Marshall v. Eggleston

Mr. Presiding Justice Windes

delivered the opinion of. the court.

Appellees claim the judgment is light. First, because they were dismissed out of the ejectment suit; second, that they had nothing to do in any way with the original trespass, and did no injury to the land; third, appellant’s agent saw appellees pay their money, made no protest, and gave no notice they would be held by appellant; fourth, that the damage is only nominal under the evidence; and, fifth, Woodbury can not be held, because he only acted as attorney.

The first contention, is not tenable. Appellant was not bound to continue these appellees as defendants to the ejectment suit, and when they were dismissed out of that case, the statute of ejectment relating to the recovery of mesne profits has no application to them. They were liable to an action in trespass for mesne profits. Waterman on Trespass, Secs. 928 and 931; Snow v. McCormick, 43 Ill. App. 538, and cases there cited; Western B. & S. Co. v. Jevne, 78 Ill. App. 669; Green v. Biddle, 8 Wheaton, 75.

In so far as Smith v. Wunderleck, 70 Ill. 426, may be said to hold to the contrary, we think the language was not applicable to that case, as there had been no re-entry by plaintiff, as in the case at bar.

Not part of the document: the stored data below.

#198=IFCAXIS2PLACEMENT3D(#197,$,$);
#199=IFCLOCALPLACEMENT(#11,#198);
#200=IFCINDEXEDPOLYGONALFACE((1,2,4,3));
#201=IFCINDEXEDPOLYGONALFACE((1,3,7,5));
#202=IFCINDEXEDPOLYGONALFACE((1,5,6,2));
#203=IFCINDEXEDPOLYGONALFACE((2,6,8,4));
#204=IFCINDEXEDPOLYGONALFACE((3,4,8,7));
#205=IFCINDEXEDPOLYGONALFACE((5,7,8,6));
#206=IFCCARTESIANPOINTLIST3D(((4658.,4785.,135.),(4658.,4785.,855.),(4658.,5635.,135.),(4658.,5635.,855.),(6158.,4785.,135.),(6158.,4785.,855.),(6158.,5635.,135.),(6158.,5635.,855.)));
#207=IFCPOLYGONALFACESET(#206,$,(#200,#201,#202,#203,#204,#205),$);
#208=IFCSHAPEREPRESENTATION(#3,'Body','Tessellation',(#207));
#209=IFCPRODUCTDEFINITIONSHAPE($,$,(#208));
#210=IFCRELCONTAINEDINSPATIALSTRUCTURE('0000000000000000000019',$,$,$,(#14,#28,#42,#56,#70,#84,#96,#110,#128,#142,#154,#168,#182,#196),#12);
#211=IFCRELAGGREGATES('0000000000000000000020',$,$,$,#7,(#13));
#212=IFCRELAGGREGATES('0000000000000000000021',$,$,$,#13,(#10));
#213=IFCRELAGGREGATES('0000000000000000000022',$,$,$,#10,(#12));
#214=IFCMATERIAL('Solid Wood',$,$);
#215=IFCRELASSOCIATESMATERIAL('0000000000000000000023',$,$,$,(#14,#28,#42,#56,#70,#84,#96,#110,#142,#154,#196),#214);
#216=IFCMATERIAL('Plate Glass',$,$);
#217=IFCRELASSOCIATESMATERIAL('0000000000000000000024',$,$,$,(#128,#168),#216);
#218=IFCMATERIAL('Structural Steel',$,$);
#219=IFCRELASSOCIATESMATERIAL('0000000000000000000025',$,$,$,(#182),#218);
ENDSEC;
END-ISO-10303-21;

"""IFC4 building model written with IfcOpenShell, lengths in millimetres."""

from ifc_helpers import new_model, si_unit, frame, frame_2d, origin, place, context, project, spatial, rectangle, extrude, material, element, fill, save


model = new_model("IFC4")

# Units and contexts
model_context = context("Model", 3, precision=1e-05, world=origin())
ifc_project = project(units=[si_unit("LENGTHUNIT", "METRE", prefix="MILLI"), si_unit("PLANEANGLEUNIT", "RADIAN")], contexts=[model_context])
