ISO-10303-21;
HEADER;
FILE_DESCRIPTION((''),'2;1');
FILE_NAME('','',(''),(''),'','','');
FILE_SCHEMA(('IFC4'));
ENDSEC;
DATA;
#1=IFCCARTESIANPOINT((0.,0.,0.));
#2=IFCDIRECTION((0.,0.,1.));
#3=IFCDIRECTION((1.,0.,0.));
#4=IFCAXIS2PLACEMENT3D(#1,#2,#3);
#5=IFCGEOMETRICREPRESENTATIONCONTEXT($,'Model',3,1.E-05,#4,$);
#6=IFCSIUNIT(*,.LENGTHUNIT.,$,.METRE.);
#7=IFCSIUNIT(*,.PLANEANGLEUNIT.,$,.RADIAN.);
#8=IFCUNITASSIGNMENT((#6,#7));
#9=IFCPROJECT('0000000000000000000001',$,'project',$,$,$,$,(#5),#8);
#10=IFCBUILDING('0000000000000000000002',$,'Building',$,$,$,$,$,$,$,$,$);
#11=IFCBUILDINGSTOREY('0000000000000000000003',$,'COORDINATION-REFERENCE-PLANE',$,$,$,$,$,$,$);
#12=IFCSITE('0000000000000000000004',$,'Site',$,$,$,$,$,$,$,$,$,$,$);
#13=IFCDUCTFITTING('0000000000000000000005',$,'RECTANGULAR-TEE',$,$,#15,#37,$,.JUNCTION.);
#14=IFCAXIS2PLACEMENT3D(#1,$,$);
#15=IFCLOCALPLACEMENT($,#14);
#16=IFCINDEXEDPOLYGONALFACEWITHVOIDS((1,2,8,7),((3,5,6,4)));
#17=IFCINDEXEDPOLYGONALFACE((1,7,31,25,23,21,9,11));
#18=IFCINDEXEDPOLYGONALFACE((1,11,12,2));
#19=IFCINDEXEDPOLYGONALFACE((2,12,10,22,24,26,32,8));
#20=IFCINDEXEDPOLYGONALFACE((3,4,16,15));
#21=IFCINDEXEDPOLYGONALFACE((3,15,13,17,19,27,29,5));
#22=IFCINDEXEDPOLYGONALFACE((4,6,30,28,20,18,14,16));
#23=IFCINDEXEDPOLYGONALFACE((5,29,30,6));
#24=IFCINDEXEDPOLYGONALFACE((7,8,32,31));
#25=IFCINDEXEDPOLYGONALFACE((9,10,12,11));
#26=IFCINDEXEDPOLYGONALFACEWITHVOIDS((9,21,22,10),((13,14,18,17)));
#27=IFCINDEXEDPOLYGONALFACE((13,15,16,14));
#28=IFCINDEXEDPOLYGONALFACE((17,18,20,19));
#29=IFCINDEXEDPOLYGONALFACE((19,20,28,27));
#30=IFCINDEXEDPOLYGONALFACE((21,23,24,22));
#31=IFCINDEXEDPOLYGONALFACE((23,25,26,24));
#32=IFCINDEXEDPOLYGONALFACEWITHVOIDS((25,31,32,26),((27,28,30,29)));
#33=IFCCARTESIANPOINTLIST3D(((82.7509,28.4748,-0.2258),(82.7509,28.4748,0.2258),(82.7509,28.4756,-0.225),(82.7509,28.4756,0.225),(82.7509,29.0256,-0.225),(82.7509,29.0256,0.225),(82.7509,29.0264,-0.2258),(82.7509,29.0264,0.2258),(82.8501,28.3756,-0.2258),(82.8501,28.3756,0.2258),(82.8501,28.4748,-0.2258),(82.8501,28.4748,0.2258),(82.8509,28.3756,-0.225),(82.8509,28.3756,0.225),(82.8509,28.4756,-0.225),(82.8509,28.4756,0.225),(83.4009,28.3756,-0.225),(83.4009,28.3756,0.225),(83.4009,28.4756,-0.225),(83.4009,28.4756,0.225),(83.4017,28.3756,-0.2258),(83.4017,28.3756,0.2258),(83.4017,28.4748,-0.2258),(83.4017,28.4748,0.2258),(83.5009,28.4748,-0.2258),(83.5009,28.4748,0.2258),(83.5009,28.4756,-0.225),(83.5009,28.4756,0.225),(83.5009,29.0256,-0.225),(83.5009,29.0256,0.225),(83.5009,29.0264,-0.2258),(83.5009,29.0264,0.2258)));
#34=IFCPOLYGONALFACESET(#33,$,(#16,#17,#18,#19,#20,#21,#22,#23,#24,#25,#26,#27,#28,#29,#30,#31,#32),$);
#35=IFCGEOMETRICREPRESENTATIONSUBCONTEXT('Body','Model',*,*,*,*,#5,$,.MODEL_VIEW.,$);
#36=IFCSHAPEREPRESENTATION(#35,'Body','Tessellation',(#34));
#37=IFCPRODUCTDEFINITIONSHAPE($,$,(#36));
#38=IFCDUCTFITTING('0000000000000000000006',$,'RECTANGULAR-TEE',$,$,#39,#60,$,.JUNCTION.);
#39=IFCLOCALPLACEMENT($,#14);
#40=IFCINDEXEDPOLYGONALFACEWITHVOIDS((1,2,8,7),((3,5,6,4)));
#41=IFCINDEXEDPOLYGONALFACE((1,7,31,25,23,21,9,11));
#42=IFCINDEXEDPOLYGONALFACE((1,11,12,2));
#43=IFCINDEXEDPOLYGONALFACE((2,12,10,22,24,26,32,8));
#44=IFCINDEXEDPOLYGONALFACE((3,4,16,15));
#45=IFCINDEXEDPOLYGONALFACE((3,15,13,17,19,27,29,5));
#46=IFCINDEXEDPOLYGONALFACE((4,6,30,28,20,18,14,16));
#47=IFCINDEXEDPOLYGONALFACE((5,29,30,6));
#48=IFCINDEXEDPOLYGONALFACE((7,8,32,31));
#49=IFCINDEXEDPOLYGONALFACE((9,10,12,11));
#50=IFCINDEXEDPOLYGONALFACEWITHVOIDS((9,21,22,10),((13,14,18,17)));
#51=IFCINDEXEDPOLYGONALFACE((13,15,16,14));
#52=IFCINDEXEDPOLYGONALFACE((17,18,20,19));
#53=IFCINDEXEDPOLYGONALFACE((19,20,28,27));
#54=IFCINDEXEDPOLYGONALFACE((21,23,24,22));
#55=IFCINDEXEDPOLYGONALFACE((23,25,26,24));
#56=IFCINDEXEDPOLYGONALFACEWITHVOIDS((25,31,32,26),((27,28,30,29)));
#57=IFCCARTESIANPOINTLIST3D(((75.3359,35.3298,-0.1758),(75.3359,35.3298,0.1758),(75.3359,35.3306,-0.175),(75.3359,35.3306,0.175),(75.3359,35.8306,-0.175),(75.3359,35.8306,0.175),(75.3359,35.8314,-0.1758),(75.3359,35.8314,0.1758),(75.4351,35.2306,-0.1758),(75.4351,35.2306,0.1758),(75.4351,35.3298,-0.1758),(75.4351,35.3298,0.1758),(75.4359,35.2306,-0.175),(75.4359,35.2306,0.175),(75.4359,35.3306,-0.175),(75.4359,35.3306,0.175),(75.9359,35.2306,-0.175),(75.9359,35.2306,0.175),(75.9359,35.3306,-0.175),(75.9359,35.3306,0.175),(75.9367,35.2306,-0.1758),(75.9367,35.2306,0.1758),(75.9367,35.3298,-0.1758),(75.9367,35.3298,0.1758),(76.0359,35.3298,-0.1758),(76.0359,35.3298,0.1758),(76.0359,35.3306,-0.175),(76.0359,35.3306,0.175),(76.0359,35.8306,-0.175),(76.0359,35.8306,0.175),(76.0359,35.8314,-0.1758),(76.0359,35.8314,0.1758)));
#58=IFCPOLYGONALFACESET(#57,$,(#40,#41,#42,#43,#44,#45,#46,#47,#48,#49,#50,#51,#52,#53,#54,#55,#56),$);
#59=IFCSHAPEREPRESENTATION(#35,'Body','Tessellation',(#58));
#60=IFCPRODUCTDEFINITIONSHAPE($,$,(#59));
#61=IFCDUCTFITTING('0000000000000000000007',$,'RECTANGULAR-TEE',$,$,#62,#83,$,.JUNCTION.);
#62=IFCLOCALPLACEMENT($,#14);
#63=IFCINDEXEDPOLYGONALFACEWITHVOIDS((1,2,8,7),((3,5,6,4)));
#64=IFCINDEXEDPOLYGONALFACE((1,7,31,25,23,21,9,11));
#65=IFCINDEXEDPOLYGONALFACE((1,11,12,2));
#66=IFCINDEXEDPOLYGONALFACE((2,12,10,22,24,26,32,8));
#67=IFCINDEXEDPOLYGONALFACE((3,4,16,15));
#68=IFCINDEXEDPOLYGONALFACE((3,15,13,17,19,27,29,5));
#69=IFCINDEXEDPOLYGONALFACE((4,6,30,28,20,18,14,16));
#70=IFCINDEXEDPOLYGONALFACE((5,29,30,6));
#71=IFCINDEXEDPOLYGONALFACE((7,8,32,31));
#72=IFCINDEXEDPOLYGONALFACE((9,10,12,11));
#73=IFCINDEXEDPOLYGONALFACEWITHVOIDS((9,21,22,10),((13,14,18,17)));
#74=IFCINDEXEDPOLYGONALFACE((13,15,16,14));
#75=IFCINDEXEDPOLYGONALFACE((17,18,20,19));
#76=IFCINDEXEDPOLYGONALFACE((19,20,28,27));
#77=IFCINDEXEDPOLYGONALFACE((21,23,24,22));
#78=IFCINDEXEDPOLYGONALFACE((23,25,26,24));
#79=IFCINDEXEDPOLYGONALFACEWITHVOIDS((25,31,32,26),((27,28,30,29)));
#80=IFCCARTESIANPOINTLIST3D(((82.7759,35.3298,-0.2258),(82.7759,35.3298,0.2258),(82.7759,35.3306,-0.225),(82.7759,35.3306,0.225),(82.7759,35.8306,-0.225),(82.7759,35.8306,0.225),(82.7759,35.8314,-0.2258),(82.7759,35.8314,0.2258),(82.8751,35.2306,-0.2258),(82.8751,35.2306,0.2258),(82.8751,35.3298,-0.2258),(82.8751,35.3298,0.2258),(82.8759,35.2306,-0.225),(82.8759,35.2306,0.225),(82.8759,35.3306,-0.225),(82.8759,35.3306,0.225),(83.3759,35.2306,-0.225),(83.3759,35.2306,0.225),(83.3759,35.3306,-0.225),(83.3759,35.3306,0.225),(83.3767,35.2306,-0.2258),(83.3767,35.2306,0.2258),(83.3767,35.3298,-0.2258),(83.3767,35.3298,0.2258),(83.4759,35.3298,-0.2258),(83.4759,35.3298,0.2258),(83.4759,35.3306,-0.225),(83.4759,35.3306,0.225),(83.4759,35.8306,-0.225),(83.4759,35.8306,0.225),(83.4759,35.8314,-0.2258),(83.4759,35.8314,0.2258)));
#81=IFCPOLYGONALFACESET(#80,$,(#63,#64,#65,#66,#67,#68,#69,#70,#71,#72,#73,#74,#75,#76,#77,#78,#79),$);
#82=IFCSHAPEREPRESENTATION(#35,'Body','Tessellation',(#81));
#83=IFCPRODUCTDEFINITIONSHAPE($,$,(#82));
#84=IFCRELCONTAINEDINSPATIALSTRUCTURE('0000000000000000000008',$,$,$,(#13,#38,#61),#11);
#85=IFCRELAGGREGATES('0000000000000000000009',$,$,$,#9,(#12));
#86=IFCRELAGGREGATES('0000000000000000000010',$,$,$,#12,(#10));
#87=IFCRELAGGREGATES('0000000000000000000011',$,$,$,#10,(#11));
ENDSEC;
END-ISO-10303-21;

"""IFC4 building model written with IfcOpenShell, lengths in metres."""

from ifc_helpers import new_model, si_unit, frame, origin_with_axes, place, context, subcontext, project, spatial, rectangle, extrude, boolean, element, save


model = new_model("IFC4")

# Units and contexts
model_context = context("Model", 3, precision=1e-05, world=origin_with_axes())
body_context = subcontext(model_context, "Body", "Model", "MODEL_VIEW")
ifc_project = project(units=[si_unit("LENGTHUNIT", "METRE"), si_unit("PLANEANGLEUNIT", "RADIAN")], contexts=[model_context])

# Site, building, storey
site = spatial("IfcSite", under=ifc_project, Name="Site")
building = spatial("IfcBuilding", under=site, Name="Building")
storey = spatial("IfcBuildingStorey", under=building, Name="COORDINATION-REFERENCE-PLANE")

# Duct fittings
duct_fitting_1_placement = place(None, frame((83.1259, 28.7506, 0.0), z_axis=(-1.0, 0.0, 0.0), x_axis=(0.0, -1.0, 0.0)))
solid_1 = boolean("UNION", extrude(rectangle(XDim=0.55, YDim=0.45), frame((0.0, 0.0, -0.375), z_axis=(0.0, 0.0, 1.0), x_axis=(1.0, 0.0, 0.0)), (0.0, 0.0, 1.0), 0.75), extrude(rectangle(XDim=0.55, YDim=0.45), frame((0.0, 0.0, 0.0), z_axis=(1.0, 0.0, 0.0), x_axis=(0.0, 0.0, -1.0)), (0.0, 0.0, 1.0), 0.375))
element("IfcDuctFitting", 1, at=duct_fitting_1_placement, inside=storey, Name="RECTANGULAR-TEE", PredefinedType="JUNCTION", context=body_context, shape_type="CSG", body=[
    boolean("DIFFERENCE", boolean("UNION", extrude(rectangle(XDim=0.5516, YDim=0.4516), frame((0.0, 0.0, -0.375), z_axis=(0.0, 0.0, 1.0), x_axis=(1.0, 0.0, 0.0)), (0.0, 0.0, 1.0), 0.75), extrude(rectangle(XDim=0.5516, YDim=0.4516), frame((0.0, 0.0, 0.0), z_axis=(1.0, 0.0, 0.0), x_axis=(0.0, 0.0, -1.0)), (0.0, 0.0, 1.0), 0.375)), solid_1),
])
duct_fitting_2_placement = place(None, frame((75.6859, 35.5806, 0.0), z_axis=(-1.0, 0.0, 0.0), x_axis=(0.0, -1.0, 0.0)))
solid_2 = boolean("UNION", extrude(rectangle(XDim=0.5, YDim=0.35), frame((0.0, 0.0, -0.35), z_axis=(0.0, 0.0, 1.0), x_axis=(1.0, 0.0, 0.0)), (0.0, 0.0, 1.0), 0.7), extrude(rectangle(XDim=0.5, YDim=0.35), frame((0.0, 0.0, 0.0), z_axis=(1.0, 0.0, 0.0), x_axis=(0.0, 0.0, -1.0)), (0.0, 0.0, 1.0), 0.35))
element("IfcDuctFitting", 2, at=duct_fitting_2_placement, inside=storey, Name="RECTANGULAR-TEE", PredefinedType="JUNCTION", context=body_context, shape_type="CSG", body=[
    boolean("DIFFERENCE", boolean("UNION", extrude(rectangle(XDim=0.5016, YDim=0.3516), frame((0.0, 0.0, -0.35), z_axis=(0.0, 0.0, 1.0), x_axis=(1.0, 0.0, 0.0)), (0.0, 0.0, 1.0), 0.7), extrude(rectangle(XDim=0.5016, YDim=0.3516), frame((0.0, 0.0, 0.0), z_axis=(1.0, 0.0, 0.0), x_axis=(0.0, 0.0, -1.0)), (0.0, 0.0, 1.0), 0.35)), solid_2),
])
duct_fitting_3_placement = place(None, frame((83.1259, 35.5806, 0.0), z_axis=(-1.0, 0.0, 0.0), x_axis=(0.0, -1.0, 0.0)))
solid_3 = boolean("UNION", extrude(rectangle(XDim=0.5, YDim=0.45), frame((0.0, 0.0, -0.35), z_axis=(0.0, 0.0, 1.0), x_axis=(1.0, 0.0, 0.0)), (0.0, 0.0, 1.0), 0.7), extrude(rectangle(XDim=0.5, YDim=0.45), frame((0.0, 0.0, 0.0), z_axis=(1.0, 0.0, 0.0), x_axis=(0.0, 0.0, -1.0)), (0.0, 0.0, 1.0), 0.35))
element("IfcDuctFitting", 3, at=duct_fitting_3_placement, inside=storey, Name="RECTANGULAR-TEE", PredefinedType="JUNCTION", context=body_context, shape_type="CSG", body=[
    boolean("DIFFERENCE", boolean("UNION", extrude(rectangle(XDim=0.5016, YDim=0.4516), frame((0.0, 0.0, -0.35), z_axis=(0.0, 0.0, 1.0), x_axis=(1.0, 0.0, 0.0)), (0.0, 0.0, 1.0), 0.7), extrude(rectangle(XDim=0.5016, YDim=0.4516), frame((0.0, 0.0, 0.0), z_axis=(1.0, 0.0, 0.0), x_axis=(0.0, 0.0, -1.0)), (0.0, 0.0, 1.0), 0.35)), solid_3),
])

save(model, "model.ifc")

As to appellees’ second point, it is wholly immaterial that they had nothing to do with the original trespass, and did not injure the land. Appellant does not seek to recover for injury to the land, but for its use by appellees wrongfully. Appellee Woodbury, being the attorney of the defendants in the ejectment suit then pending, had actual notice of appellant’s rights and title. In fact, he says in bis brief he leased the premises for the defendants in the ejectment case. The other appellees, taking and holding by virtue of the lease to them by Woodbury, can get no greater right or title than he. Moreover, they are bound by constructive notice of appellant’s rights and title by the pendency of the ejectment and chancery suits. They can not be innocent purchasers any more than a tenant who takes a lease from a stranger pending foreclosure proceedings. Appellees were all trespassers, and equally liable with the original trespassers for the time they used the property. Yates v. Smith, 11 Ill. App. 459; Ellis v. Sisson, 96 Ill. 105; Schreiber v. R. R. Co., 115 Ill. 340; Doe v. Whitcomb, 8 Bing. 46; Bradley v. McDaniel, 3 Jones (N. C. Law), 128.

3d. There is no evidence that appellant saw appellees pay their money. Appellant’s agent was told by one of the appellees he had paid rent. We have been cited no authority that appellant is precluded from recovering from trespassers on his property for its use, because he fails to notify them that they are trespassing, and fails to tell them he would hold them. We think there is no such respectable authority.

4th. It does not tend to support the judgment in this case that the evidence, as claimed by appellees, shows only nominal damages. That fact, if shown, as we think it is not, could not affect appellant’s legal right to a judgment even for nominal damages.

5th. Even if appellee Woodbury was attorney, and oüly acted as such, he can not escape liability. All trespassers are treated alike, whether acting for themselves or others. Also, when he had an opportunity, in answer to a direct question, to show he had paid the rent to his clients,he fails to answer whether he did or not.

The judgment is reversed and the cause remanded.